Notably, Graves omitted these ineffective assistance claims from his § 2255 motion, as well, suggesting that these are mere post hoc rationalizations, rather than legitimate concerns that Graves held at the time.
In light of all of the foregoing, the Court makes a finding of fact, based on credibility determinations made during the evidentiary hearing, that Graves did not instruct or request that Hillman file a direct appeal in this case. That finding does not end the Court's inquiry, however. "Where a defendant has not specifically instructed his attorney to file an appeal, we must still determine whether counsel in fact consulted with the defendant about an appeal." Devine v. United States, ___ F.3d ___, 2008 WL 731748, *1 (11th Cir. Mar. 20, 2008) (quoting Thompson, 504 F.3d at 1206). Counsel has a constitutional duty to consult with a defendant about an appeal "when there is reason to think either (1) that a rational defendant would want to appeal (for example, because there are nonfrivolous grounds for appeal), or (2) that this particular defendant reasonably demonstrated to counsel that he was interested in appealing." Devine, 2008 WL 731748, at *1 (quoting Flores-Ortega, 528 U.S. at 480); see also Thompson, 504 F.3d at 1207. Neither of these circumstances are present here. Nothing in the record before the Court suggests that there were any nonfrivolous grounds for appeal, or that any rational defendant might have wanted to appeal. Furthermore, the Court specifically finds as a factual matter that Graves did not reasonably demonstrate to Hillman that he was interested in appealing. As such, pursuant to Flores-Ortega and its progeny, Hillman was under no constitutional duty to consult with Graves about an appeal (that is, to advise him about the advantages and disadvantages of taking an appeal, and to make a reasonable effort to discover his wishes). See Flores-Ortega, 528 U.S. at 480 ("We . . . reject a bright-line rule that counsel must always consult with the defendant regarding an appeal."). The Court therefore need not consider the adequacy of the consultation that did occur in this case because even had Hillman not consulted with Graves at all about a possible appeal, her performance would not have been constitutionally deficient.
III. Conclusion.
For all of the foregoing reasons, petitioner Frederick D. Graves' Motion to Vacate, Set Aside, or Correct Sentence by a Person in Federal Custody (doc. 25) is denied. A separate judgment will enter. DONE and ORDERED.

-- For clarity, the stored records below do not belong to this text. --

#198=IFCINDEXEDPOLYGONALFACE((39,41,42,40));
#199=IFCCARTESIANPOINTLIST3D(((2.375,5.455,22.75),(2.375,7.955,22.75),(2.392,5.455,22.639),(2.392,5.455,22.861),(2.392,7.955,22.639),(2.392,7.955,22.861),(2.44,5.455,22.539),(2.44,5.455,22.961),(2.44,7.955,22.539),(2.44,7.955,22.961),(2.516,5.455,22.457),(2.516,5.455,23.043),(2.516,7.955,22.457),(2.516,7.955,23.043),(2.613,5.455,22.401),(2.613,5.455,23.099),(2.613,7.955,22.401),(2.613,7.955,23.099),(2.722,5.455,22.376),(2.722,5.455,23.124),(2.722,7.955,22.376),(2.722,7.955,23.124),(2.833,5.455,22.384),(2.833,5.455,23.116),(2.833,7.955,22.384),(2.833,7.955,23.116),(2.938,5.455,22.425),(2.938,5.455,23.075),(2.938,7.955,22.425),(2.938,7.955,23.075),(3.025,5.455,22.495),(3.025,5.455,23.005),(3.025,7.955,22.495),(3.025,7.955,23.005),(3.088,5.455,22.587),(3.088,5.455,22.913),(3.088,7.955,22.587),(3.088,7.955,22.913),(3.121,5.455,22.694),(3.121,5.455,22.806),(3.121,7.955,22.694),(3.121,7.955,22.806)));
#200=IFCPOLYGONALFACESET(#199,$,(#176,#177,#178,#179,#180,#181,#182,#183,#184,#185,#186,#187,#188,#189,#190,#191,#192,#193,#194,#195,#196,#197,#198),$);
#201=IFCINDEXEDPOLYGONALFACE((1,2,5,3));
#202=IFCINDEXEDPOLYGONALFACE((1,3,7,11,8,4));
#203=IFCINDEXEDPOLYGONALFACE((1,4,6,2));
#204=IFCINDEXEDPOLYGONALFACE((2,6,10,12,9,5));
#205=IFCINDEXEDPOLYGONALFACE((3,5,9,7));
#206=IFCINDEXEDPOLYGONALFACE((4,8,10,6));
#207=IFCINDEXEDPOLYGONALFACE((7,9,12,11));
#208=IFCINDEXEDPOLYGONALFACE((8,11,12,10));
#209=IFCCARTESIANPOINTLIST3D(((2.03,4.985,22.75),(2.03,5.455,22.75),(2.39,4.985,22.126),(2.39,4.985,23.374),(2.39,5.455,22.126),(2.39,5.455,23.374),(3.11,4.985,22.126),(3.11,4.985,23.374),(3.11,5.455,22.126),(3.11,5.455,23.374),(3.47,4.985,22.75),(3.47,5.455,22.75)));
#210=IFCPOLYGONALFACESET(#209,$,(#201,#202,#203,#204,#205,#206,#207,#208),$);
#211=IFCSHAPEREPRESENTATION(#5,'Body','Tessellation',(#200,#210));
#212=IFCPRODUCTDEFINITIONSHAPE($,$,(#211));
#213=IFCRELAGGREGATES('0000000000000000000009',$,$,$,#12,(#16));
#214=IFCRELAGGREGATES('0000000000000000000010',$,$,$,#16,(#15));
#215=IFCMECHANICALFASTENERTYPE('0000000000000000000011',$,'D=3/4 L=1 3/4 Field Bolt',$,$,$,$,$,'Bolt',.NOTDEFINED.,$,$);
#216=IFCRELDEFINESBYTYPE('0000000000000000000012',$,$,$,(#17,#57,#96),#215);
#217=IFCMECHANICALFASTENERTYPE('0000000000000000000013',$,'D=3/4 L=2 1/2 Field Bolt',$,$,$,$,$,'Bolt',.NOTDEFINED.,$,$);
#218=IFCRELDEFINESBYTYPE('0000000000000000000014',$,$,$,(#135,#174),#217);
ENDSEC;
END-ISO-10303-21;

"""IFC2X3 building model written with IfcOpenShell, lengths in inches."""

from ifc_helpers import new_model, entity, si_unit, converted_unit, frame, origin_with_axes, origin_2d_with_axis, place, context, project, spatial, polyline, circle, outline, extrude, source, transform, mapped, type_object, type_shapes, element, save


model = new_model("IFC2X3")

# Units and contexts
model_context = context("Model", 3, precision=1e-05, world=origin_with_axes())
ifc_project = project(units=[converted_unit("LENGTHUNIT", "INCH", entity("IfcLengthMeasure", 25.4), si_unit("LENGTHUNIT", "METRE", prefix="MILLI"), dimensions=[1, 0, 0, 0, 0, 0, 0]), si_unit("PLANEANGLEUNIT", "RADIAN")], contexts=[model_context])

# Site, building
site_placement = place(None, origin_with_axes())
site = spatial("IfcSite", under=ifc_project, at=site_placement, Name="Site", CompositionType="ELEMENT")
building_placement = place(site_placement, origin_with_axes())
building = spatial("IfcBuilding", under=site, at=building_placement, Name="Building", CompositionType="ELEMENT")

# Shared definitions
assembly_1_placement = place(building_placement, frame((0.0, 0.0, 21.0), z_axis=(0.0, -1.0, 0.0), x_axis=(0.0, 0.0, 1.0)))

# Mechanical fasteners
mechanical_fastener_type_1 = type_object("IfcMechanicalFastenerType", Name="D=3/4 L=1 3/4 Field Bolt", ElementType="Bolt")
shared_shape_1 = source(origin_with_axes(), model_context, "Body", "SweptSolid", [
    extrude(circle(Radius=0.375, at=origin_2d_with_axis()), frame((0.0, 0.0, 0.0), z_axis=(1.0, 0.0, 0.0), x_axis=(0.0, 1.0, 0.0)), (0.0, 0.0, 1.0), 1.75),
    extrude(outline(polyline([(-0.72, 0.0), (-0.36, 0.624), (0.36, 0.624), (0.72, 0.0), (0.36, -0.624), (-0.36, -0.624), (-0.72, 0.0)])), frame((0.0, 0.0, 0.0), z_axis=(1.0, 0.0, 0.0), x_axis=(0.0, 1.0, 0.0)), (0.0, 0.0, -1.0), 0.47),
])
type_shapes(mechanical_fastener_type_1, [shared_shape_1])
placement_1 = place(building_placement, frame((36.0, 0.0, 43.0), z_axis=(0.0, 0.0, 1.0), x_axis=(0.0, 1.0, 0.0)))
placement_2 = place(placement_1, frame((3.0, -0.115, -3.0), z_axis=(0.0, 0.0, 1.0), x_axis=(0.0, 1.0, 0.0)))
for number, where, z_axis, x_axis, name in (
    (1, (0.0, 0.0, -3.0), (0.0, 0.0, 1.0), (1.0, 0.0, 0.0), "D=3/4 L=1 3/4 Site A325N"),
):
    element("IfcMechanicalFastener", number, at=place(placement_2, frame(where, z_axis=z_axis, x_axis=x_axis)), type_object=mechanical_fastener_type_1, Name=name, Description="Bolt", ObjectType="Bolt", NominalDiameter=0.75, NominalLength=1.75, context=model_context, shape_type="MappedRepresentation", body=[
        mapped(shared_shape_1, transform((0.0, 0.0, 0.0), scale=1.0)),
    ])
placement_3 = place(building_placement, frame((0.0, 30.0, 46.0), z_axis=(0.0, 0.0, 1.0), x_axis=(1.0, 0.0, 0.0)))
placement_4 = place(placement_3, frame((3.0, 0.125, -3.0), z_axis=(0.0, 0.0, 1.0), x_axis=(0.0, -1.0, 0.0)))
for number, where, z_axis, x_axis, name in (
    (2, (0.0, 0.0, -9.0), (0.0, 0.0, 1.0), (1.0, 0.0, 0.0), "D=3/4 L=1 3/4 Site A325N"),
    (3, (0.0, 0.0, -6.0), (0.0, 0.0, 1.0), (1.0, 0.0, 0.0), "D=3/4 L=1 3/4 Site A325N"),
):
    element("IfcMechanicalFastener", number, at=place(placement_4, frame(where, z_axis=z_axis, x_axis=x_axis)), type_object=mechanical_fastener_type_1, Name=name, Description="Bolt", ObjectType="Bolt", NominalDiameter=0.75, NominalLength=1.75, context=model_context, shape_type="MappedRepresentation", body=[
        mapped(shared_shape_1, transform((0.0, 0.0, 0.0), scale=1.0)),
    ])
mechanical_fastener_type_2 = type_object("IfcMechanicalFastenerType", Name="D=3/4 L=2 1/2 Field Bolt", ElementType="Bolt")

The Court appointed counsel, Domingo Soto, to represent Graves in connection with the evidentiary hearing in this matter, pursuant to Rule 8(c) of the Rules Governing Section 2255 Proceedings. That evidentiary hearing having been concluded, and there being no circumstances that might warrant continued involvement of counsel in these proceedings, the appointment of Soto to represent Graves in this § 2255 action is terminated.